Copy each line of the records that includes "IFCRELFILLSELEMENT".

##########

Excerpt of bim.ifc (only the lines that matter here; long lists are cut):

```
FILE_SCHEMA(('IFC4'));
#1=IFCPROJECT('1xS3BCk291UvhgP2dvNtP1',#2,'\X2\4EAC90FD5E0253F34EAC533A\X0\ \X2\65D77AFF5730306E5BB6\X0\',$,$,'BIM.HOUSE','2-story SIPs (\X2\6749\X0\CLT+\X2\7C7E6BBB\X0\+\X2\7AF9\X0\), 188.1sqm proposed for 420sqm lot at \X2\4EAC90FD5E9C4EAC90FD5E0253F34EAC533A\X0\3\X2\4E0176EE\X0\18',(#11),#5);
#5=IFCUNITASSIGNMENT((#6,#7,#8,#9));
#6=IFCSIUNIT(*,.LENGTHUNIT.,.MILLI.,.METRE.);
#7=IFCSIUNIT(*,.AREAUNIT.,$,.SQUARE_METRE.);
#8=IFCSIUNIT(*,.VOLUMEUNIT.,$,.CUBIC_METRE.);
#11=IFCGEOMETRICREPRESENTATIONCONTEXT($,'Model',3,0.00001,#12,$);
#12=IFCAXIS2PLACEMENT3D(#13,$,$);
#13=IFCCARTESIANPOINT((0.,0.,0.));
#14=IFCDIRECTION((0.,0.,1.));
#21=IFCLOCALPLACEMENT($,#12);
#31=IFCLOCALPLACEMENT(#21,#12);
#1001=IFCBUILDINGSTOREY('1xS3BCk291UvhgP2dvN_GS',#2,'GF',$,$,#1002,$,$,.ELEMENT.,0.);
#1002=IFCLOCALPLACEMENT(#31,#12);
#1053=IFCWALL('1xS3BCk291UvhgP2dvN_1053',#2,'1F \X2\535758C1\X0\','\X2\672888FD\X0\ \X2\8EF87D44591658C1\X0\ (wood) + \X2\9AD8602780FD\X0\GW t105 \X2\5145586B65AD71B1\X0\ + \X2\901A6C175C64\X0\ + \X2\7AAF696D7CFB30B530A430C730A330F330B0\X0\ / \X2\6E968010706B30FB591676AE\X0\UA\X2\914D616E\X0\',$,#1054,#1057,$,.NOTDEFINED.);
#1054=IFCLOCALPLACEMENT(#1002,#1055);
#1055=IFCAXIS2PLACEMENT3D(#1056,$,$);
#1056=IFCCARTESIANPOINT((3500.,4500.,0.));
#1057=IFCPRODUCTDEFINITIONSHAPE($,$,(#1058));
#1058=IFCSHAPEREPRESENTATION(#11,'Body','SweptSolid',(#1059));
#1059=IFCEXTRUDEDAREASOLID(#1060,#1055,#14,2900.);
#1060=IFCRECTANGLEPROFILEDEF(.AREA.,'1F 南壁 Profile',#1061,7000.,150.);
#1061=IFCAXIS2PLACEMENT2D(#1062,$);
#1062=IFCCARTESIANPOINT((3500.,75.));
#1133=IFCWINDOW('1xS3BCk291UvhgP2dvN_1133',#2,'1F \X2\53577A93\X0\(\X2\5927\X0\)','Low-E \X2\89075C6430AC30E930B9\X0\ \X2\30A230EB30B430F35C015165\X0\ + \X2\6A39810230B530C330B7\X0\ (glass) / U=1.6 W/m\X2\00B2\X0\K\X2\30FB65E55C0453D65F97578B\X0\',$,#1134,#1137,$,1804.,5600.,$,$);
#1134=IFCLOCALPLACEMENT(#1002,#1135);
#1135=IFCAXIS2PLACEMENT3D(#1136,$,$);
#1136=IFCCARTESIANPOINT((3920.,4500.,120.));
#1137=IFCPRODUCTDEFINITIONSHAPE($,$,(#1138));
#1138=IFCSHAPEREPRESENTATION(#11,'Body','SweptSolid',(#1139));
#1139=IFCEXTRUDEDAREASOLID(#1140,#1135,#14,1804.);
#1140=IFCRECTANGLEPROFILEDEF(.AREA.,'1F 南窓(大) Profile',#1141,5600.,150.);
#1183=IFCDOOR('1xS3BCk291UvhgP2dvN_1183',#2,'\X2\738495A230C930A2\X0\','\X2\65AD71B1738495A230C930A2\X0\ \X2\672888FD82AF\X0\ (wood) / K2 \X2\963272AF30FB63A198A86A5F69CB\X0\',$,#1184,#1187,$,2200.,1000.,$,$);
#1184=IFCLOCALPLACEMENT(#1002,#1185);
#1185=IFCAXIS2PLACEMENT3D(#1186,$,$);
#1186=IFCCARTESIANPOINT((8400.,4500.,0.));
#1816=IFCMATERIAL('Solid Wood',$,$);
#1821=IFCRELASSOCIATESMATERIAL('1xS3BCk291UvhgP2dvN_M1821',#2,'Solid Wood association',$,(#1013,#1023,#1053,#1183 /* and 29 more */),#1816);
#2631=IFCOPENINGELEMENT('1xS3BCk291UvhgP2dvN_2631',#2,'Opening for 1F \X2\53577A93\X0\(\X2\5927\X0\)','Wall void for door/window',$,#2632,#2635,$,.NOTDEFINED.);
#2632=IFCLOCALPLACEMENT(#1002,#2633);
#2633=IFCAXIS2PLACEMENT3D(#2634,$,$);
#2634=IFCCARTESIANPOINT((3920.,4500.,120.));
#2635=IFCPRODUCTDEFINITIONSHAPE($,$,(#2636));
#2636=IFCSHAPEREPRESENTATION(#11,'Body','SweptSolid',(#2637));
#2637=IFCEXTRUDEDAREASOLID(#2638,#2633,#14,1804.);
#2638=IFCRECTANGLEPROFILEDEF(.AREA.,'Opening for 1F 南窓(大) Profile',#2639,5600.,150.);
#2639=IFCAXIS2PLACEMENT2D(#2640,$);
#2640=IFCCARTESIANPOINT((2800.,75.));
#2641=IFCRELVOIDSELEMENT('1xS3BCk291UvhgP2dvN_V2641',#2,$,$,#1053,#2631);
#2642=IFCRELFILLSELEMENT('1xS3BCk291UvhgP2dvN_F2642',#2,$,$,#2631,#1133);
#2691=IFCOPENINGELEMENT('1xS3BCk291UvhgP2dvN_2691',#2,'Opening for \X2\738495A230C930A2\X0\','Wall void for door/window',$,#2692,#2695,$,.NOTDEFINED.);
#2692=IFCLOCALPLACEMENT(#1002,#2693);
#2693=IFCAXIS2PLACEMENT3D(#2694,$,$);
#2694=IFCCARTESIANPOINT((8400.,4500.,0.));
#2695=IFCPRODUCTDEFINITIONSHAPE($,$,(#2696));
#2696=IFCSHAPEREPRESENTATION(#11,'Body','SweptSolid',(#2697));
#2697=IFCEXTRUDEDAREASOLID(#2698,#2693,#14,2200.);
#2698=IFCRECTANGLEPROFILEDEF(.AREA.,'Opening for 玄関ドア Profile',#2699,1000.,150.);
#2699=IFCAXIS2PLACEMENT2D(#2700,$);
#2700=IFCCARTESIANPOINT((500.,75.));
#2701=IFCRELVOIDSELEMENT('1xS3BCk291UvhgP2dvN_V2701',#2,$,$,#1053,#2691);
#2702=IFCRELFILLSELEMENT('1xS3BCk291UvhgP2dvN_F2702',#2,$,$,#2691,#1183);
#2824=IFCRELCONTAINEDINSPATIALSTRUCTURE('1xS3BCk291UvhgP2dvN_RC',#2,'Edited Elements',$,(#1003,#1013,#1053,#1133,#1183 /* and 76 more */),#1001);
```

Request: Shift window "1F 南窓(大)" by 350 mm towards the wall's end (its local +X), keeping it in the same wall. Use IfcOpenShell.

```python
import ifcopenshell
import ifcopenshell.api.geometry
import ifcopenshell.util.placement
import ifcopenshell.util.unit

model = ifcopenshell.open("bim.ifc")
unit_scale = ifcopenshell.util.unit.calculate_unit_scale(model)

window = model.by_guid("1xS3BCk291UvhgP2dvN_1133")
opening = window.FillsVoids[0].RelatingOpeningElement
wall = opening.VoidsElements[0].RelatingBuildingElement

wall_matrix = ifcopenshell.util.placement.get_local_placement(wall.ObjectPlacement)
shift = wall_matrix[:3, 0] * 0.35 / unit_scale
before = ifcopenshell.util.placement.get_local_placement(window.ObjectPlacement)[:3, 3].copy()

# The window is not placed relative to its opening, so move both.
for product in (opening, window):
    matrix = ifcopenshell.util.placement.get_local_placement(product.ObjectPlacement)
    matrix[:3, 3] += shift
    ifcopenshell.api.geometry.edit_object_placement(model, product=product, matrix=matrix, is_si=False)

after = ifcopenshell.util.placement.get_local_placement(window.ObjectPlacement)[:3, 3]
print("window moved by", (after - before).round(3) + 0.0)

model.write("bim-out.ifc")
```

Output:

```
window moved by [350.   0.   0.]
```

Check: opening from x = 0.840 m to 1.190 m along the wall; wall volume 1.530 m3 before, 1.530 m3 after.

##########

**Task solution:**
#2642=IFCRELFILLSELEMENT('1xS3BCk291UvhgP2dvN_F2642',#2,$,$,#2631,#1133);
#2702=IFCRELFILLSELEMENT('1xS3BCk291UvhgP2dvN_F2702',#2,$,$,#2691,#1183);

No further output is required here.